Set u(x) as in (6.1). Then,

$$\begin{aligned} S_q(x)&=\frac{b+q[n]_q}{q(1-q)x^2}+\frac{a(a-[n]_q)}{x^2}+\frac{ab(1+q)-qb[n-1]_q}{qx} \nonumber \\&\quad +\frac{a(1-x)}{(1-q)x^3}-\frac{b}{q(1-q)x}+\frac{b^2}{q}. \end{aligned}$$
(6.14)

We set \(a = [n]_q \) and \(b=0\) in (6.14) then

$$\begin{aligned} S_q(x)= \frac{[n]_q}{(1-q)x^3}. \end{aligned}$$

Therefore, \(h(x) = x^n\) is a solution of (2.3). By substituting with h(x), \(S_q(x)\), and u(x) into (6.3), using (5.52) and (5.53), we get (6.12).
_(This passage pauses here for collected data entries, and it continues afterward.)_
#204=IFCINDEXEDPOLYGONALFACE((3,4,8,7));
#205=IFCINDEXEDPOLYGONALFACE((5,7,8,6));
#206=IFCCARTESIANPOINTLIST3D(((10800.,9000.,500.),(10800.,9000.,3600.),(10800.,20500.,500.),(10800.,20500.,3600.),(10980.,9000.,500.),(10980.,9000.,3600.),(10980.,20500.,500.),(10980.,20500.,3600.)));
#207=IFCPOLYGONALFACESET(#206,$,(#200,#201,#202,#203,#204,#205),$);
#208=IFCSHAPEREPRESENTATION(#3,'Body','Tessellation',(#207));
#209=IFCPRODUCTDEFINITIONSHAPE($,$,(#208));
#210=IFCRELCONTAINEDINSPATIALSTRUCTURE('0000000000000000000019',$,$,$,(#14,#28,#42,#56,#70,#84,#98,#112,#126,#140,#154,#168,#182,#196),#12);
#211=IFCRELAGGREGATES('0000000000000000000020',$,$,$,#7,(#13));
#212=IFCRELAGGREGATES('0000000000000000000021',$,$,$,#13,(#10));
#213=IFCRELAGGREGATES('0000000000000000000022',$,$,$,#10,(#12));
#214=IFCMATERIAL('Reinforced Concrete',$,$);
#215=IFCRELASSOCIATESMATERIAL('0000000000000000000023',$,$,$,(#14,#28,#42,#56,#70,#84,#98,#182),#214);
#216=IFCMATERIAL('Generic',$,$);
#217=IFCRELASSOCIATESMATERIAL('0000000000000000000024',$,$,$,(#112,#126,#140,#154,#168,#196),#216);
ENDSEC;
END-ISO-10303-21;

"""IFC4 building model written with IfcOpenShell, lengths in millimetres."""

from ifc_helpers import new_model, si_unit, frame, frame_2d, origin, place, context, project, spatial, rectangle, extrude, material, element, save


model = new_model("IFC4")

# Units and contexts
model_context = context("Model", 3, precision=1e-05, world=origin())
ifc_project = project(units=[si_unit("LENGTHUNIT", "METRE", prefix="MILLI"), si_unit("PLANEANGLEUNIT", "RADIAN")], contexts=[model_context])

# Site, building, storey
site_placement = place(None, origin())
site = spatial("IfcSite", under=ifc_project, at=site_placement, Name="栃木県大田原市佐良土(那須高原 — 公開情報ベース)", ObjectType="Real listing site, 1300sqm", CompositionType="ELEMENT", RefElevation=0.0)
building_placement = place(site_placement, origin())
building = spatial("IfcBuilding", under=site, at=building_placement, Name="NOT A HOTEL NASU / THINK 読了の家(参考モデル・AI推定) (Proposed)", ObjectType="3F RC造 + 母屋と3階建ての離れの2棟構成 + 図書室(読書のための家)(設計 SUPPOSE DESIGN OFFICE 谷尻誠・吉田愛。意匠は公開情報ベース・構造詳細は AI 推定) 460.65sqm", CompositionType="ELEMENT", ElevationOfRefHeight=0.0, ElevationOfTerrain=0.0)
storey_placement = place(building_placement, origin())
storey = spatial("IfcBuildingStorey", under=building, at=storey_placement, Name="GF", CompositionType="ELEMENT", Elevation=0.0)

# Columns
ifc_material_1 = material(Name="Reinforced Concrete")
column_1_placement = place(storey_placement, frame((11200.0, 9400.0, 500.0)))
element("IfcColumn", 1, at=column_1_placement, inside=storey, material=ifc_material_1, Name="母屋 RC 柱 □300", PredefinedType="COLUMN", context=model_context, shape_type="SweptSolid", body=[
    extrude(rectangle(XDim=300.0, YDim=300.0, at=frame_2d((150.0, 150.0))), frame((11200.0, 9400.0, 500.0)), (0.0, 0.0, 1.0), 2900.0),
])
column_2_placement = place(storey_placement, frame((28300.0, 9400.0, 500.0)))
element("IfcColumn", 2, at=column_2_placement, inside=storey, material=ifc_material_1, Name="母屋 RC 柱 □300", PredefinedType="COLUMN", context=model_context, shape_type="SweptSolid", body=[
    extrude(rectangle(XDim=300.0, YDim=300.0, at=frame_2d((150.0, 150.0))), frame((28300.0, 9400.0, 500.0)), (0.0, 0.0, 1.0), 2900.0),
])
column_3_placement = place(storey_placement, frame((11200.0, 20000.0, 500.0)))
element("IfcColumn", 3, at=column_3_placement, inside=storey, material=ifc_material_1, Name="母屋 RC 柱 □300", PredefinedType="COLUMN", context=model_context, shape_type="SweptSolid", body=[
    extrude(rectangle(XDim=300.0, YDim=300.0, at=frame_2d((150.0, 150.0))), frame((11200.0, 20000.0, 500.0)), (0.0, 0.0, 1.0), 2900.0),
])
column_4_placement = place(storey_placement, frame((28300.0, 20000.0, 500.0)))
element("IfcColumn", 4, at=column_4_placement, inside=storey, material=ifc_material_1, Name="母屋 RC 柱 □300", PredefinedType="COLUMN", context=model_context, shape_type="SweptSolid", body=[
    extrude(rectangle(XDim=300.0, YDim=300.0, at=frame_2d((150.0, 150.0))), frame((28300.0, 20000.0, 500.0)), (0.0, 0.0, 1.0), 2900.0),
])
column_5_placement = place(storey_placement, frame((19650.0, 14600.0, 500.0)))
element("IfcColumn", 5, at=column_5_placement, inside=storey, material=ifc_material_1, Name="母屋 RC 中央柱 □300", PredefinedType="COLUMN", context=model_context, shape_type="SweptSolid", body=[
If \(a = 1 \) and \(b=0\) in (6.14), then

$$\begin{aligned} S_q(x)= \frac{1+q^2[n-1]_q x}{(1-q)x^3}. \end{aligned}$$

Therefore, \(h(x) = x\) ia a solution of (2.3). By substituting with h(x), \(S_q(x)\), and u(x) into (6.3) and using (5.52) and (5.53), we get (6.13). \(\square \)

7 Conclusions

A method of deriving q-integrals using fragments of q-Riccati equations has been presented. The method of fragmentation used is analogous to but not equivalent to that presented in [14]. Only two q-Riccati fragments have been presented here in detail, and these give the quadrature formulas presented in Eqs. (2.20) and (2.22)–(2.23).